= Sense and Sensibilia (Aristotle) =

Short treatises by Aristotle

Sense and Sensibilia (Latin: De sensu et sensibilibus) is a short treatise by Aristotle on sense-perception and the objects of sense. In the traditional arrangement of the Aristotelian corpus it stands at the head of the Parva naturalia and marks the transition from the investigation of the soul in De anima to the study of activities shared by body and soul in living things.

At the beginning of the treatise Aristotle says that, having already discussed the soul and its faculties, he will turn to animals and other living things and examine the activities that are peculiar to some and common to others. In standard editions this makes Sense and Sensibilia the first work in a sequence followed by On Memory and Recollection, On Sleep and Waking, On Dreams, On Divination in Sleep, On Length and Shortness of Life, On Youth and Old Age, On Life and Death and On Respiration. Because it links questions about perception to physiology, the treatise also became important to later discussions of the relation between natural philosophy and medicine.

== Contents ==
The opening chapters connect the senses to animal life. Aristotle argues that touch and taste belong to all animals, while sight, hearing and smell chiefly help animals capable of locomotion to seek food and avoid harm. He then turns to the bodily organs of perception, rejecting emission theories of vision associated with Empedocles and maintaining that the eye sees not because it contains fire, but because it is a transparent organ whose matter is chiefly water.

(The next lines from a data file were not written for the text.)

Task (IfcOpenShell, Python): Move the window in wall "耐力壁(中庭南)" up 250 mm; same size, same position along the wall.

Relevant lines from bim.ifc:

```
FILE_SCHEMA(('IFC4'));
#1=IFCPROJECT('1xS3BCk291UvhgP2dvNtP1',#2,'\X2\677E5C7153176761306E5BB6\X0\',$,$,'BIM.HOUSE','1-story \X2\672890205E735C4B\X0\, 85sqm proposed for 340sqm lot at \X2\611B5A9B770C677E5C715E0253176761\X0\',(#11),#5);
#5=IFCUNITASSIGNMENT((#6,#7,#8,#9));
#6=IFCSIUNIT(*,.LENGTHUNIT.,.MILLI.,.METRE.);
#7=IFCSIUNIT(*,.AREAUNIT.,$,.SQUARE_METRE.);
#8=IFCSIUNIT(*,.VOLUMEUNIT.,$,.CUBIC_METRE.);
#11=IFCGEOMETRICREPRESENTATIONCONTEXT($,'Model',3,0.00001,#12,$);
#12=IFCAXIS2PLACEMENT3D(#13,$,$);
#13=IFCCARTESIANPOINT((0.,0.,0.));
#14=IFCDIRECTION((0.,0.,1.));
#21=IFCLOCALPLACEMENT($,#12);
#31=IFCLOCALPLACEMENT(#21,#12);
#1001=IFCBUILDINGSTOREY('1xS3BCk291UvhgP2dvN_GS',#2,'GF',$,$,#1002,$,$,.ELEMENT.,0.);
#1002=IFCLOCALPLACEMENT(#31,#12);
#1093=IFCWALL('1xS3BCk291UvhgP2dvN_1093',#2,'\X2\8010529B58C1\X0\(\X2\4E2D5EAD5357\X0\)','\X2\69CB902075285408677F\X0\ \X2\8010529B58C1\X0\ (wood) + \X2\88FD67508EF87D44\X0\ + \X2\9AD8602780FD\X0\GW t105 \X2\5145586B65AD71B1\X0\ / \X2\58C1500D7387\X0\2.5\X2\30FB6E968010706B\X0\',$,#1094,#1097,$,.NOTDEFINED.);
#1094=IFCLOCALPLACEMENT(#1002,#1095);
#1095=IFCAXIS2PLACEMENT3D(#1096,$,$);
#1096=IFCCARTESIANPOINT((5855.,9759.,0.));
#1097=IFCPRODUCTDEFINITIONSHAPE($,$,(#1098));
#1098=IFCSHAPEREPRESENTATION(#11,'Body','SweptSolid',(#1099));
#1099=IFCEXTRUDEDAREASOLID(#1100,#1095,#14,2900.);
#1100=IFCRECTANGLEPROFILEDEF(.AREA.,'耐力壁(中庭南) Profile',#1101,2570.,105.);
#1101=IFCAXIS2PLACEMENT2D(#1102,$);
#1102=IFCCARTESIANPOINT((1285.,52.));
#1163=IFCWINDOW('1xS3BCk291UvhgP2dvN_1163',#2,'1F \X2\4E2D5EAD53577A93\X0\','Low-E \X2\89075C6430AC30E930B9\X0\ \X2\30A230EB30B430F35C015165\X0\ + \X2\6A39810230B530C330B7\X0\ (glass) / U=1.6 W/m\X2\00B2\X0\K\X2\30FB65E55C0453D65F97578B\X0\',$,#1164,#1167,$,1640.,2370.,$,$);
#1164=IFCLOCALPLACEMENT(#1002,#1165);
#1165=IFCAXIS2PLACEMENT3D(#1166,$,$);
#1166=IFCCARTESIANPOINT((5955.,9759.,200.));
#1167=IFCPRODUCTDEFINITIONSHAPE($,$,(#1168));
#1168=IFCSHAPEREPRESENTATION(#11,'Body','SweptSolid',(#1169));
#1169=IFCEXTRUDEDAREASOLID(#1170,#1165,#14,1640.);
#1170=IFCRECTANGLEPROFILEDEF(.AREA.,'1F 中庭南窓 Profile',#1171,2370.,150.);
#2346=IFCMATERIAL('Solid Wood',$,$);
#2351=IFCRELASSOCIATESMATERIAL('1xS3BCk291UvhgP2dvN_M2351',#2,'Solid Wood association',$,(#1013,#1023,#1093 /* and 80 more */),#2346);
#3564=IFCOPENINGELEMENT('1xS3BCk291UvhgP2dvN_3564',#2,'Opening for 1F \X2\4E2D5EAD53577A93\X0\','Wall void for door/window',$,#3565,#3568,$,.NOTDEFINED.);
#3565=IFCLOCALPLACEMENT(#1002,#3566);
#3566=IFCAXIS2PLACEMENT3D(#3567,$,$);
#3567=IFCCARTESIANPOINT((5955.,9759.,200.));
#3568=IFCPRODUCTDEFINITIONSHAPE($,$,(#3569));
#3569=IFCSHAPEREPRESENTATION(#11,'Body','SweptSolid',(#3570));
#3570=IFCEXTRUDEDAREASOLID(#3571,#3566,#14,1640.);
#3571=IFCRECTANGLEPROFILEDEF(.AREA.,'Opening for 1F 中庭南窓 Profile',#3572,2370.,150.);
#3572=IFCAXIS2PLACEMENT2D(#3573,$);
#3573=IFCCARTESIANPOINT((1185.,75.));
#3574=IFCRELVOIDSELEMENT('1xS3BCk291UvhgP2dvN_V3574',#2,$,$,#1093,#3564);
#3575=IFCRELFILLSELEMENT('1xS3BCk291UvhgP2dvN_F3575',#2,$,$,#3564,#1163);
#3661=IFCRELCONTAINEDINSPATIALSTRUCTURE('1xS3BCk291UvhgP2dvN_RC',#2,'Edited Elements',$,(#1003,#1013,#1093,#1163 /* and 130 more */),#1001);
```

```python
import numpy as np
import ifcopenshell
import ifcopenshell.api.geometry
import ifcopenshell.util.placement
import ifcopenshell.util.unit

model = ifcopenshell.open("bim.ifc")
unit_scale = ifcopenshell.util.unit.calculate_unit_scale(model)

window = model.by_guid("1xS3BCk291UvhgP2dvN_1163")
opening = window.FillsVoids[0].RelatingOpeningElement
dz = 0.25 / unit_scale

shift = np.array([0.0, 0.0, dz])
# The window is not placed relative to its opening, so move both.
for product in (opening, window):
    matrix = ifcopenshell.util.placement.get_local_placement(product.ObjectPlacement)
    matrix[:3, 3] += shift
    ifcopenshell.api.geometry.edit_object_placement(model, product=product, matrix=matrix, is_si=False)

print(f"moved by {dz * unit_scale:+.3f} m")

model.write("bim_rev.ifc")
```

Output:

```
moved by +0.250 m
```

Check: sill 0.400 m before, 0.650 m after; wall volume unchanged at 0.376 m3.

Much of the treatise is devoted to the proper sensibles. In the discussion of colour Aristotle relates light to the transparent and treats colour as located at the boundary of visible bodies. He also develops a theory of intermediate colours in which they arise through the mixture of black and white bodies rather than by simple juxtaposition, a passage later connected by commentators with his wider theory of mixture.

The chapters on taste and smell emphasize the parallel between savour and odour. Aristotle explains taste through the action of the dry and earthy on the moist, and he argues that odour exists in both air and water, since fish and other aquatic animals can perceive it. In his treatment of smell he places it between the contact senses and the distance senses, because its object is related both to nutritive bodies and to media such as air and water. The later sections ask why sensible qualities have only a limited number of species and whether several sensibles can be perceived at the same time. These final discussions made De sensu especially important in later debates on common sensibles and common sense.

== Transmission and reception ==
De sensu et sensibilibus was transmitted with the other short physiological treatises in Greek and Latin manuscript traditions, although the order of the works was not always fixed and some treatises circulated in grouped units. Ancient catalogues already treated it as a distinct book on sense-perception and sense objects, and medieval readers commonly approached it as an immediate sequel to De anima.

The treatise generated a long commentary tradition. Alexander of Aphrodisias wrote the earliest surviving Greek commentary on it; Michael of Ephesus later commented on the Parva naturalia in Byzantium; and in the Latin West the text was studied by writers including Thomas Aquinas. Material from De sensu also circulated in Arabic adaptations and commentaries, extending its influence beyond Greek and Latin Aristotelianism. A sentence in the first chapter contrasting natural philosophers and physicians was repeatedly cited in Renaissance universities and eventually condensed into the maxim ubi desinit physicus, ibi medicus incipit ("where the natural philosopher ends, there the physician begins").